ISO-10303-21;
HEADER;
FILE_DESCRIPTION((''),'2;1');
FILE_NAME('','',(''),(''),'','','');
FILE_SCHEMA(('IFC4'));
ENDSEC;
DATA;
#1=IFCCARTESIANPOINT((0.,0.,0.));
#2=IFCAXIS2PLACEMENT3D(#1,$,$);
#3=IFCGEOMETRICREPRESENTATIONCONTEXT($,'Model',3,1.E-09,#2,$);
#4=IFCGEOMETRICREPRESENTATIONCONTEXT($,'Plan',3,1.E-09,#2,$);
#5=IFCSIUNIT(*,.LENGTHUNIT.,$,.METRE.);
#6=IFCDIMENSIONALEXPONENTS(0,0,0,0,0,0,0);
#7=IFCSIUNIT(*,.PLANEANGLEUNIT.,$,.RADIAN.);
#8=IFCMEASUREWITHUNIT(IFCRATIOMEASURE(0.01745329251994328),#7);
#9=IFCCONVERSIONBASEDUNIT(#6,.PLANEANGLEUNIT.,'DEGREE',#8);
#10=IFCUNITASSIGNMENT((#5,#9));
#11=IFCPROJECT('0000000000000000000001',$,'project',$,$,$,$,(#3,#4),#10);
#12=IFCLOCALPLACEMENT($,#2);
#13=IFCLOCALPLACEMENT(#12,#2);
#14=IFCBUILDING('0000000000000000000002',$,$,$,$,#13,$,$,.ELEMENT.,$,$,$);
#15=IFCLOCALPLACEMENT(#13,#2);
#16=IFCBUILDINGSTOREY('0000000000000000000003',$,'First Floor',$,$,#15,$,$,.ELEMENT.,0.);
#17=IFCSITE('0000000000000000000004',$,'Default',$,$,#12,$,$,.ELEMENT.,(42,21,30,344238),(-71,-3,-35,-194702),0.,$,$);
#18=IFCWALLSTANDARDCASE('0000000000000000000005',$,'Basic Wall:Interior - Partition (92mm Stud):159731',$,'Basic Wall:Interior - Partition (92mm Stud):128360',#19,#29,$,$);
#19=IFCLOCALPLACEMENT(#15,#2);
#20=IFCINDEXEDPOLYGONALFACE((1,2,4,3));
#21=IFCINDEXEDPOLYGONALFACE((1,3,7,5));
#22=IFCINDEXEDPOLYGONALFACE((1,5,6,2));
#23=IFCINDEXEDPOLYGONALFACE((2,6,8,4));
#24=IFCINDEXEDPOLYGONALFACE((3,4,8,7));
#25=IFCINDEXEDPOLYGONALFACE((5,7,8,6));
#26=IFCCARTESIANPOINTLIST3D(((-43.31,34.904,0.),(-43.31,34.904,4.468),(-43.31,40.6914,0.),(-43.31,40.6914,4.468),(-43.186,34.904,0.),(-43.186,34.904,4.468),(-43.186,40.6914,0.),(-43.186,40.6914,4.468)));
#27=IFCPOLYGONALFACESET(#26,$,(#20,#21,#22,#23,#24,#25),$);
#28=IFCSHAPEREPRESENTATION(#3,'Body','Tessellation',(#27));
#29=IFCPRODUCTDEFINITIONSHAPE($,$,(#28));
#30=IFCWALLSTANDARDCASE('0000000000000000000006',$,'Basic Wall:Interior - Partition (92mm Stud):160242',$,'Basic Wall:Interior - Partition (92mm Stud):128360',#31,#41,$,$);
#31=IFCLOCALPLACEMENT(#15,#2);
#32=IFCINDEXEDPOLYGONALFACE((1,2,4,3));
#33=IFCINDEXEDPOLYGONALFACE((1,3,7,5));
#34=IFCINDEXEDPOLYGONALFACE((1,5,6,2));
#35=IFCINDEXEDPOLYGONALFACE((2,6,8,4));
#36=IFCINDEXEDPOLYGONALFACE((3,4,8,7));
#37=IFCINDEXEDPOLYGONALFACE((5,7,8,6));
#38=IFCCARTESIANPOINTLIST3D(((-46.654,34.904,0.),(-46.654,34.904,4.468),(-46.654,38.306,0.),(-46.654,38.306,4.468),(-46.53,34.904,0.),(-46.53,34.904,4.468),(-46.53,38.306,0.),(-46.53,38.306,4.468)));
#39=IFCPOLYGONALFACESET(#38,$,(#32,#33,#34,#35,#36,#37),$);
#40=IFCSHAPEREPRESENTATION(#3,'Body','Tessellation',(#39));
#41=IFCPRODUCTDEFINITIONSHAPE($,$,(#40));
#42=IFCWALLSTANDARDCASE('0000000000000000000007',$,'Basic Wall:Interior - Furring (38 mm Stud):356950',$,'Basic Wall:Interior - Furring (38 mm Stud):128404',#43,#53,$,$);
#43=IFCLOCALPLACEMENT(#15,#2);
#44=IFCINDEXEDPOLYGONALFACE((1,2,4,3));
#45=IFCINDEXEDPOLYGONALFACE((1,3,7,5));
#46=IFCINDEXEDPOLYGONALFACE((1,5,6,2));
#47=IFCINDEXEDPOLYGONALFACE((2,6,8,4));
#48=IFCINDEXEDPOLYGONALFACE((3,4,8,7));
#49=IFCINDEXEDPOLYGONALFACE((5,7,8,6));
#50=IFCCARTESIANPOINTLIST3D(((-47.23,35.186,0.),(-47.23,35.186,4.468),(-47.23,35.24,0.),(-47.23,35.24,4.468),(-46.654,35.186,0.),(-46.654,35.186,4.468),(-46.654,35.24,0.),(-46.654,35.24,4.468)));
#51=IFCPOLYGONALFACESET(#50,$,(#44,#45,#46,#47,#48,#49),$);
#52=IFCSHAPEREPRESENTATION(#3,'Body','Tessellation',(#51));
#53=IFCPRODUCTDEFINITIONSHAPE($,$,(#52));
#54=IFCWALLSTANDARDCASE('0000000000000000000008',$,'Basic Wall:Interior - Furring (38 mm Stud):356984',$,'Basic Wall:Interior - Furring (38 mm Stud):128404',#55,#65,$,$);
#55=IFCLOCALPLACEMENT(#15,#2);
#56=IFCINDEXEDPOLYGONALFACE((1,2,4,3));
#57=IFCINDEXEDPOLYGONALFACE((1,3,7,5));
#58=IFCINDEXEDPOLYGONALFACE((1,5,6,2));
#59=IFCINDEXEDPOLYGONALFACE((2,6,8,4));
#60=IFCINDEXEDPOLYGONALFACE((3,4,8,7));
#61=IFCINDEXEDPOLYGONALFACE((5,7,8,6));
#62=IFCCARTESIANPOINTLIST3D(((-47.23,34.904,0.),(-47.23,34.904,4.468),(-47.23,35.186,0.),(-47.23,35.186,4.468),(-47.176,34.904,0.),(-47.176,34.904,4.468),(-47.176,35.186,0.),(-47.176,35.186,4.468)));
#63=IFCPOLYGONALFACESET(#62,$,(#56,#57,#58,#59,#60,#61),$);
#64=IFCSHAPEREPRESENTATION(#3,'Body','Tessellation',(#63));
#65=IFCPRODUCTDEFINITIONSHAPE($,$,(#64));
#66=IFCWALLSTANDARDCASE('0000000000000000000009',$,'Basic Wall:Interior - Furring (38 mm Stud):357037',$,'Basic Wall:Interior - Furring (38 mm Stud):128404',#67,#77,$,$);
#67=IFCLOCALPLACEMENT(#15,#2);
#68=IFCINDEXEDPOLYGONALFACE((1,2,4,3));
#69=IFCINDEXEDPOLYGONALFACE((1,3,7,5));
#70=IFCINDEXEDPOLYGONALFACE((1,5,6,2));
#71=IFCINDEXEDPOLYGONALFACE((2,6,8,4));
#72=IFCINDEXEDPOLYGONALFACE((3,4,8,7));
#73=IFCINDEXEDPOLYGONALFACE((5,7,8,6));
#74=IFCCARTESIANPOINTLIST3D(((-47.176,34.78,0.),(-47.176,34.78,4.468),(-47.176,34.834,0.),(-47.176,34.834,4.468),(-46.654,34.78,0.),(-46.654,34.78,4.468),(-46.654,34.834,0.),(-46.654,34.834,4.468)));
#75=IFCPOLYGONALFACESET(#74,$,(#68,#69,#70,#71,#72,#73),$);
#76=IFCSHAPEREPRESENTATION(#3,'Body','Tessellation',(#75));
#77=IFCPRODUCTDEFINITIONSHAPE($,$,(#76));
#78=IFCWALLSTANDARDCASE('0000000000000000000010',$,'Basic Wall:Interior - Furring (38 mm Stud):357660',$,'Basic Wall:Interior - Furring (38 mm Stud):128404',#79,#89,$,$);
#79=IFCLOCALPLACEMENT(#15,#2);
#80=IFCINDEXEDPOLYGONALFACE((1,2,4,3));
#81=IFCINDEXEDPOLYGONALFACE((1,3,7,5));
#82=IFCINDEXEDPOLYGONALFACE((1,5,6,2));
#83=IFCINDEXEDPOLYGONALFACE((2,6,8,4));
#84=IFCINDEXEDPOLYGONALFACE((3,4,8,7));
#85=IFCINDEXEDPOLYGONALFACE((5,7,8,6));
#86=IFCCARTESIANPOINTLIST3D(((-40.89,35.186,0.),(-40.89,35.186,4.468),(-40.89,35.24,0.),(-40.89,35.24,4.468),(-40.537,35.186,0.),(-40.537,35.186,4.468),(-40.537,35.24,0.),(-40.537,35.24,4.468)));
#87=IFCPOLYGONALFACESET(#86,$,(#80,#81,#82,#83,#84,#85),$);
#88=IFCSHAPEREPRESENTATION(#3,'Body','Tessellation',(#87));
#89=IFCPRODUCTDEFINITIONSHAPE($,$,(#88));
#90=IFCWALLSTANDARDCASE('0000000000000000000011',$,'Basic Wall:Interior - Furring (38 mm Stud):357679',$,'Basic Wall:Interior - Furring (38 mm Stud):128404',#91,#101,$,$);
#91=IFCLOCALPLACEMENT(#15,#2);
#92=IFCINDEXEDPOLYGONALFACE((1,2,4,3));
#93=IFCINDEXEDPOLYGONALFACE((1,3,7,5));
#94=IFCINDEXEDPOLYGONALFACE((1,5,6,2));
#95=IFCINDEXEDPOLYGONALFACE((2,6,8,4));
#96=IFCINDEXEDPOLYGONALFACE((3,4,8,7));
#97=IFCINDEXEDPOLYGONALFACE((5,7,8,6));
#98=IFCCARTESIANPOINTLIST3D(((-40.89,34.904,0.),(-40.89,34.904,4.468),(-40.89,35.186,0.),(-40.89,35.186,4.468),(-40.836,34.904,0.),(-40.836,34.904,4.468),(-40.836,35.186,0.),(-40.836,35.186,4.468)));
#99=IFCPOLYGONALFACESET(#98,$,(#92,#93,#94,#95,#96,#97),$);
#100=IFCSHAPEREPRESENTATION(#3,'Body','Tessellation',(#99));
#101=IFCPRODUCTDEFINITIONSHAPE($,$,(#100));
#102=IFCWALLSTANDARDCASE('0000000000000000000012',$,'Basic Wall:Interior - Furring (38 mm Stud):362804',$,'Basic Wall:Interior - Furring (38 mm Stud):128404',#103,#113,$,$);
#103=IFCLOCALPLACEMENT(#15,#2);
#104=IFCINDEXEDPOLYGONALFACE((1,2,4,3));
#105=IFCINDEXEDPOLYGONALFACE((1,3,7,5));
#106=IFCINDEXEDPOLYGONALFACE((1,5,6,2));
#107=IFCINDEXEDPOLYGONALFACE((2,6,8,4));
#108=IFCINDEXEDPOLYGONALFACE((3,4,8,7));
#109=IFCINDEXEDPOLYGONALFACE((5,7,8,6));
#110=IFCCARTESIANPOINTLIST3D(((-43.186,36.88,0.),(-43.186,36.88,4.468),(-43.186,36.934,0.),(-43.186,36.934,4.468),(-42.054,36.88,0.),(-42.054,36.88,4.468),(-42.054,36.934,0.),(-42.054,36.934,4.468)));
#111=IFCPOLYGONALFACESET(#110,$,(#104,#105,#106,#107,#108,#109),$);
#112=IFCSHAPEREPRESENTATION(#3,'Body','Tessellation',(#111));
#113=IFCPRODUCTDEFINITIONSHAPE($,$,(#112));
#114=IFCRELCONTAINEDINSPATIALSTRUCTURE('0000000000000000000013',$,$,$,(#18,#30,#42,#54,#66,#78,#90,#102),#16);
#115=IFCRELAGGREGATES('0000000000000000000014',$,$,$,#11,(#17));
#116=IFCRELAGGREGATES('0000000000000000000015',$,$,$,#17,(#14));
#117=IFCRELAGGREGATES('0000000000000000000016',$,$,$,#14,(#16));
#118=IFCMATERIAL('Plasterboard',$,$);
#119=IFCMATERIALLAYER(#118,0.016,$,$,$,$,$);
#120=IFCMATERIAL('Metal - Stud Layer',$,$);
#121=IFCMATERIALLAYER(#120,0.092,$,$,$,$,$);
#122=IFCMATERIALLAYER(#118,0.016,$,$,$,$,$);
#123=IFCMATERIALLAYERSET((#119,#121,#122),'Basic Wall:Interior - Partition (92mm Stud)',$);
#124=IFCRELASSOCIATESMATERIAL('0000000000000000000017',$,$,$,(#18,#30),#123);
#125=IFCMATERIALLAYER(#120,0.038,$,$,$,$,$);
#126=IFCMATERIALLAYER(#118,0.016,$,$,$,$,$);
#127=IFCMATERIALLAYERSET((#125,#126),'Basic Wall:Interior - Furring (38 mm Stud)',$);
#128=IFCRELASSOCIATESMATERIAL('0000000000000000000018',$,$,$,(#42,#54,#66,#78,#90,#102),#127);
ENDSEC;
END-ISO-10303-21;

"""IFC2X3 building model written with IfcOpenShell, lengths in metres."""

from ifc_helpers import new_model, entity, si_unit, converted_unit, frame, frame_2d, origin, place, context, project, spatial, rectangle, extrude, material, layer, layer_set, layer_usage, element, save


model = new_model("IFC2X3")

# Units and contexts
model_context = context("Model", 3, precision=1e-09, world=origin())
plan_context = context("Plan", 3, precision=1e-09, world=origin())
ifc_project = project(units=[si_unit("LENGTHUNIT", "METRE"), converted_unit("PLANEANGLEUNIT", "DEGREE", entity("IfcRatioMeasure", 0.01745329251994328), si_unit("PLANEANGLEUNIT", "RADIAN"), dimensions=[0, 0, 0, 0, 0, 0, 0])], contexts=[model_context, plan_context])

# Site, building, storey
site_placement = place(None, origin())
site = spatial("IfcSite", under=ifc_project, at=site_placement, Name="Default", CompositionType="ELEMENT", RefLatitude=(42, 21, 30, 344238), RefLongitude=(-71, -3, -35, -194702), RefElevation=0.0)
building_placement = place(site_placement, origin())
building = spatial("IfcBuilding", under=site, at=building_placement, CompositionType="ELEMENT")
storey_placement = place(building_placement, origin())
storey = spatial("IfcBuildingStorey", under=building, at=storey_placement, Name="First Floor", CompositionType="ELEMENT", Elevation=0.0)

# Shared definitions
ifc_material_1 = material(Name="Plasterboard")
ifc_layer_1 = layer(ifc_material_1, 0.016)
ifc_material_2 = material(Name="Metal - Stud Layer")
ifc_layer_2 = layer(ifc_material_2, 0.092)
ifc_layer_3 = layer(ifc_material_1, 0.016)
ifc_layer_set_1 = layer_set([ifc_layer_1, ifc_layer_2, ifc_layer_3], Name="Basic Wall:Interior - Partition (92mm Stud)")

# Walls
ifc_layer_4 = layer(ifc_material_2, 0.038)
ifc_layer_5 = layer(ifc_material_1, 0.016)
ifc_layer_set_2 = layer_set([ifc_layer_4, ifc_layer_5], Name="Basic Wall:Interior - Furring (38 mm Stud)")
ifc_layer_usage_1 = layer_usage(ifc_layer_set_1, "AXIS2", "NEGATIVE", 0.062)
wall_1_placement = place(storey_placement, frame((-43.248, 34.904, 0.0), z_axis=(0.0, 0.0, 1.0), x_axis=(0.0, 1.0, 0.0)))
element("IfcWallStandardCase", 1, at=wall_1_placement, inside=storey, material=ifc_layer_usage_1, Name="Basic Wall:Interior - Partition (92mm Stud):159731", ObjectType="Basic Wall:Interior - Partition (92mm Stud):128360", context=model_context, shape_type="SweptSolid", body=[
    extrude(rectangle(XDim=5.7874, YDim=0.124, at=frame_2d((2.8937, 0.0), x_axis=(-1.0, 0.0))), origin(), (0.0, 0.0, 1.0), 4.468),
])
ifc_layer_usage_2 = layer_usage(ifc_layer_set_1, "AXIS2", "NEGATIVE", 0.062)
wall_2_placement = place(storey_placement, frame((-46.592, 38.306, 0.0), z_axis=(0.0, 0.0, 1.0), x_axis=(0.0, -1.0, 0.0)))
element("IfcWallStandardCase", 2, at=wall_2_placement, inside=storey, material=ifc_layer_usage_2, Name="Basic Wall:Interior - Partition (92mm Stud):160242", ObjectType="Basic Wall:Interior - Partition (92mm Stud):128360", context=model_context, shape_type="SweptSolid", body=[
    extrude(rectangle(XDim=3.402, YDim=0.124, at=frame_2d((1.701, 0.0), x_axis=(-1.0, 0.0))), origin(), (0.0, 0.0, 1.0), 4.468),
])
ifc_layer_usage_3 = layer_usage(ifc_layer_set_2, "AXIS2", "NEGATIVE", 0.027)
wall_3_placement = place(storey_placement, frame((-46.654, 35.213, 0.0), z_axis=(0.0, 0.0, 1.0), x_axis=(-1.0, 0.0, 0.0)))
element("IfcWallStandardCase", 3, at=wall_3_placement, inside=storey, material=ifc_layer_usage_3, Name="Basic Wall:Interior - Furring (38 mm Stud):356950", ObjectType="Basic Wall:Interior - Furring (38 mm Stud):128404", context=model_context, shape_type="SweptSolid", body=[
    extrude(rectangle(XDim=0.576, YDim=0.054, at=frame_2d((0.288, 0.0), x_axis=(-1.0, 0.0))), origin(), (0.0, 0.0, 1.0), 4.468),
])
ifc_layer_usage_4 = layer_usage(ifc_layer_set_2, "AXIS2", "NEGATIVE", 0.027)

Prompt:
Please, from the entries above, set down exactly the lines from the one containing "#69=IFCINDEXEDPOLYGONALFACE((1,3,7,5));" through the one containing "#73=IFCINDEXEDPOLYGONALFACE((5,7,8,6));", and only those.

Your response:
#69=IFCINDEXEDPOLYGONALFACE((1,3,7,5));
#70=IFCINDEXEDPOLYGONALFACE((1,5,6,2));
#71=IFCINDEXEDPOLYGONALFACE((2,6,8,4));
#72=IFCINDEXEDPOLYGONALFACE((3,4,8,7));
#73=IFCINDEXEDPOLYGONALFACE((5,7,8,6));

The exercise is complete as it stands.